I started constructing my nano planted tank on friday, heres some pix I snapped while in the process of constructing the tank. 


















































































Equipment:
~1.6 gallon cube
-Desk lamp, with a 26 watt bulb
-red sea deco art filter

Flora (low light/tech plants):
-Cryptocoryne (left side)
-Anubias Nana (right side)
-Coming soon: Java moss/fern

Fauna:
-TBA (NEED SUGGESTIONS!)

Here are some possibilities of fauna that I am thinking, please critque my choices (I want to avoid overstocking as much as possible):

Combo #1:
-2-3 boraras brigittae
-3-4 rcs

Combo #2:
-1-2 male guppies (P. reticulata or P. wingei)
-4-6 rcs

Combo #3 (not likely because of questionable neon tetra hardiness): 
-3-4 neon tetras
-3-4 rcs

Some concerns I have are is if the boraras brigittae in combo #1 will leave my cube overstocked? How heavy is the bio load of b. brigittae? Combo #2 seems like the most reasonable choice, but how are male guppies by themselves? I know they're social fish, so being by themselves, or with another male... will that pose any problems? Finally combo #3, I kept neon tetras before, but they seem very water quality demanding, so... I'm not a big fan of dead fish. Any opinions, or experience with these fish would be super helpful! Thanks in advance for your time!

-Kage


----------



## Bk828 (Mar 11, 2008)

Great start, tank looks very very nice
For a tank that size i would stick with combo #1. But you can throw in more shrimps. I have the boraras and their bioload is very small.

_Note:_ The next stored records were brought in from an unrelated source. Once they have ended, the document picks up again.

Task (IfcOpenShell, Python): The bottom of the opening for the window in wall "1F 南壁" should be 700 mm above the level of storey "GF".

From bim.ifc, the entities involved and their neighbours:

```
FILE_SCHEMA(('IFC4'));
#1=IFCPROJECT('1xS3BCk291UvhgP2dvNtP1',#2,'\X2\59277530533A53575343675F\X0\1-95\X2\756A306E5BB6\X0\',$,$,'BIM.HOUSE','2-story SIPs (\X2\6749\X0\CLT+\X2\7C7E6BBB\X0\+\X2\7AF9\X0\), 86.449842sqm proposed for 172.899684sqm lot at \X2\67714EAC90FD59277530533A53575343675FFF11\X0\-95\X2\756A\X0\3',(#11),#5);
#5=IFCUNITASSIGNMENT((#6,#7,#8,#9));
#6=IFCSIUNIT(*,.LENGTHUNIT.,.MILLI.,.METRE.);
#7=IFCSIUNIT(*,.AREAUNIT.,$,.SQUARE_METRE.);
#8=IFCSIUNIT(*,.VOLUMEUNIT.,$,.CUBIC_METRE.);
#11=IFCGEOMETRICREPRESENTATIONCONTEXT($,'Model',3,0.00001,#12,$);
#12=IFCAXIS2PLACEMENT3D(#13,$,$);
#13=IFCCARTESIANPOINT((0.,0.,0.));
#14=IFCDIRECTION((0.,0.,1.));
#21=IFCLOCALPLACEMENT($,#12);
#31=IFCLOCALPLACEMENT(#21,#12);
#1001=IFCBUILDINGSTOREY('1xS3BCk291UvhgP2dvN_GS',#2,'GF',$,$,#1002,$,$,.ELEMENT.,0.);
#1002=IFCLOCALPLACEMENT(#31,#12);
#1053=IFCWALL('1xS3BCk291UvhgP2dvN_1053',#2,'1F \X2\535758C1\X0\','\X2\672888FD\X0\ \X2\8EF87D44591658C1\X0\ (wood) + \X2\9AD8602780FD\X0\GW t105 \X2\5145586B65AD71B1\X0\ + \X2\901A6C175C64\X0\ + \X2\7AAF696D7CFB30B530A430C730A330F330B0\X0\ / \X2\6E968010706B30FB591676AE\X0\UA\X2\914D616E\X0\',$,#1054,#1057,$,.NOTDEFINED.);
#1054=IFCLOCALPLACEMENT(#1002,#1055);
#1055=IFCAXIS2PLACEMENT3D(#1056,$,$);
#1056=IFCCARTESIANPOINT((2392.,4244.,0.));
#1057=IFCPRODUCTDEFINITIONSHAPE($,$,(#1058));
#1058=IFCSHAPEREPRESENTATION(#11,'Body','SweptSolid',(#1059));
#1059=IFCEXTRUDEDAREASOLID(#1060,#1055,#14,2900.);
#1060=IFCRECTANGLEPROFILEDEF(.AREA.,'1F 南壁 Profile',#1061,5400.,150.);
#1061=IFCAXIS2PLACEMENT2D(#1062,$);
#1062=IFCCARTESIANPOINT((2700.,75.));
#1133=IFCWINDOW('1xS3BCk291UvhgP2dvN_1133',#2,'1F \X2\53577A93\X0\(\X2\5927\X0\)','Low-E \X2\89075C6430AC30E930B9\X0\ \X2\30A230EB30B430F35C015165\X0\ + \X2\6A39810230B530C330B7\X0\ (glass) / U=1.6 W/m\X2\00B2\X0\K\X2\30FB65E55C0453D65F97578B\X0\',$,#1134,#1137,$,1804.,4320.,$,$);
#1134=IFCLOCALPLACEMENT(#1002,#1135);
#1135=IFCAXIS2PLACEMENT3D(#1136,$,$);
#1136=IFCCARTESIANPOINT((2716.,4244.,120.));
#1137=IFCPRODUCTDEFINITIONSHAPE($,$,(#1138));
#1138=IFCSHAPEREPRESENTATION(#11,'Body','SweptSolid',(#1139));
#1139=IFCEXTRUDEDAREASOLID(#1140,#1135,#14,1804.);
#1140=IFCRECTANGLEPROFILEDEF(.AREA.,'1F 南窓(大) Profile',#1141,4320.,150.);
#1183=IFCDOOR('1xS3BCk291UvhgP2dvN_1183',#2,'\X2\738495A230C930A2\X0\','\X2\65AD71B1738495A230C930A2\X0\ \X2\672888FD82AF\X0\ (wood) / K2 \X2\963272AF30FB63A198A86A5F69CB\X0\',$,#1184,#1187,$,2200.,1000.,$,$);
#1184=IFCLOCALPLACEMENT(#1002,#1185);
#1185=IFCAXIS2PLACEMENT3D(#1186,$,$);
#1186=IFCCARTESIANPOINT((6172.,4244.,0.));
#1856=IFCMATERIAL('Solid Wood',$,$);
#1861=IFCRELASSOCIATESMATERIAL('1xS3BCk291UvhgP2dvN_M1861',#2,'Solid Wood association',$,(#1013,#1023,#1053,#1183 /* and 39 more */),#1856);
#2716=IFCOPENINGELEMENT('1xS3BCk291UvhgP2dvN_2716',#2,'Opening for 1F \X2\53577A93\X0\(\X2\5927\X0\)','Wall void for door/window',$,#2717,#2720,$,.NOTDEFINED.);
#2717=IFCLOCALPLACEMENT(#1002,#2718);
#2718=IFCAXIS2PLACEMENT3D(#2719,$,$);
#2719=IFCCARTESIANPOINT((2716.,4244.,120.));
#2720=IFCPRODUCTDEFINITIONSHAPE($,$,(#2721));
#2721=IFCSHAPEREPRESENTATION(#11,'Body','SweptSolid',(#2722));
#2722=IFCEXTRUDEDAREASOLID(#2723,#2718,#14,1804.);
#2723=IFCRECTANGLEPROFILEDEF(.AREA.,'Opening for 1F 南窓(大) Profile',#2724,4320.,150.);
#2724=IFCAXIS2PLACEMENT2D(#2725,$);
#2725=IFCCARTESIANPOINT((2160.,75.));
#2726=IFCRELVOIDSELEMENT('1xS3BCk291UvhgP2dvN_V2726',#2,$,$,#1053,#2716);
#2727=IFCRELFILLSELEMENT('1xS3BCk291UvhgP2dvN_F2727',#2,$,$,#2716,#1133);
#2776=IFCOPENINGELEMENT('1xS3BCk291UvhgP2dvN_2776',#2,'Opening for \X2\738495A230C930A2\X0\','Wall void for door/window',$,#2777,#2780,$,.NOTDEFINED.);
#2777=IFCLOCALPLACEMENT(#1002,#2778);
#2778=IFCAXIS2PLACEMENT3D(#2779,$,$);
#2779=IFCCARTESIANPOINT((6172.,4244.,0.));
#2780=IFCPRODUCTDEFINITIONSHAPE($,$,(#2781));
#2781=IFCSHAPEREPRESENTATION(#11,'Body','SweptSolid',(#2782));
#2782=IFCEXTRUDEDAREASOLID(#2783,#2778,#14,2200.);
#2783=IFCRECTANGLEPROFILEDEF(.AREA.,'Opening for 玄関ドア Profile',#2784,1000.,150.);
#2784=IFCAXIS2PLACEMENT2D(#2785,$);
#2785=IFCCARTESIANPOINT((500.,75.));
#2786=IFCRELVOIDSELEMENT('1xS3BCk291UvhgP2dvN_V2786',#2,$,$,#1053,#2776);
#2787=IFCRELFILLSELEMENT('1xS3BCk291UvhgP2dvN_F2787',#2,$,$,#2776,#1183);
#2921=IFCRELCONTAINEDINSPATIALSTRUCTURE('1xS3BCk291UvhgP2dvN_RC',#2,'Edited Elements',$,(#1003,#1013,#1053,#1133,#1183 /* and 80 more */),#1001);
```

```python
import numpy as np
import ifcopenshell
import ifcopenshell.api.geometry
import ifcopenshell.geom
import ifcopenshell.util.element
import ifcopenshell.util.placement
import ifcopenshell.util.shape
import ifcopenshell.util.unit

model = ifcopenshell.open("bim.ifc")
unit_scale = ifcopenshell.util.unit.calculate_unit_scale(model)

window = model.by_id(1133)
opening = window.FillsVoids[0].RelatingOpeningElement
storey = ifcopenshell.util.element.get_container(window, ifc_class="IfcBuildingStorey")
level = ifcopenshell.util.placement.get_local_placement(storey.ObjectPlacement)[2, 3]

# The opening's origin need not be at the sill, so measure its lowest point.
shape = ifcopenshell.geom.create_shape(ifcopenshell.geom.settings(), opening)
bottom = ifcopenshell.util.shape.get_shape_bottom_elevation(shape, shape.geometry) / unit_scale
dz = level + 700.0 - bottom

shift = np.array([0.0, 0.0, dz])
# The window is not placed relative to its opening, so move both.
for product in (opening, window):
    matrix = ifcopenshell.util.placement.get_local_placement(product.ObjectPlacement)
    matrix[:3, 3] += shift
    ifcopenshell.api.geometry.edit_object_placement(model, product=product, matrix=matrix, is_si=False)

print(f"moved by {dz * unit_scale:+.3f} m")

model.write("bim-out.ifc")
```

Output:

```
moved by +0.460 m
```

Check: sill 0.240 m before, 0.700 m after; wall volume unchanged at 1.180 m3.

Combo2-3 need bigger tanks


----------



## MedRed (May 20, 2008)

nice tank! where did you get it from?


----------



## kagebunshin (Jun 30, 2008)

Bk828 said:


> Great start, tank looks very very nice
> For a tank that size i would stick with combo #1. But you can throw in more shrimps. I have the boraras and their bioload is very small.
> 
> Combo2-3 need bigger tanks


Thanks for the feedback!

I'm a low maintenance kind of guy, and is pretty overstock-phobia (learned from past mistakes/triumphs). I mean, I do have a 72 gallon bowfront for 4 "lowly" goldfish :icon_wink. I will take your suggestions into serious consideration. 

Medred, the tank was purchased at Petsmart (believe it or not). Its one of those once-in-a-lifetime items found lost on the shelf, waiting for the nano/betta enthusiast to snatch like there's no tomorrow! Never seen another cube like this on the shelf since.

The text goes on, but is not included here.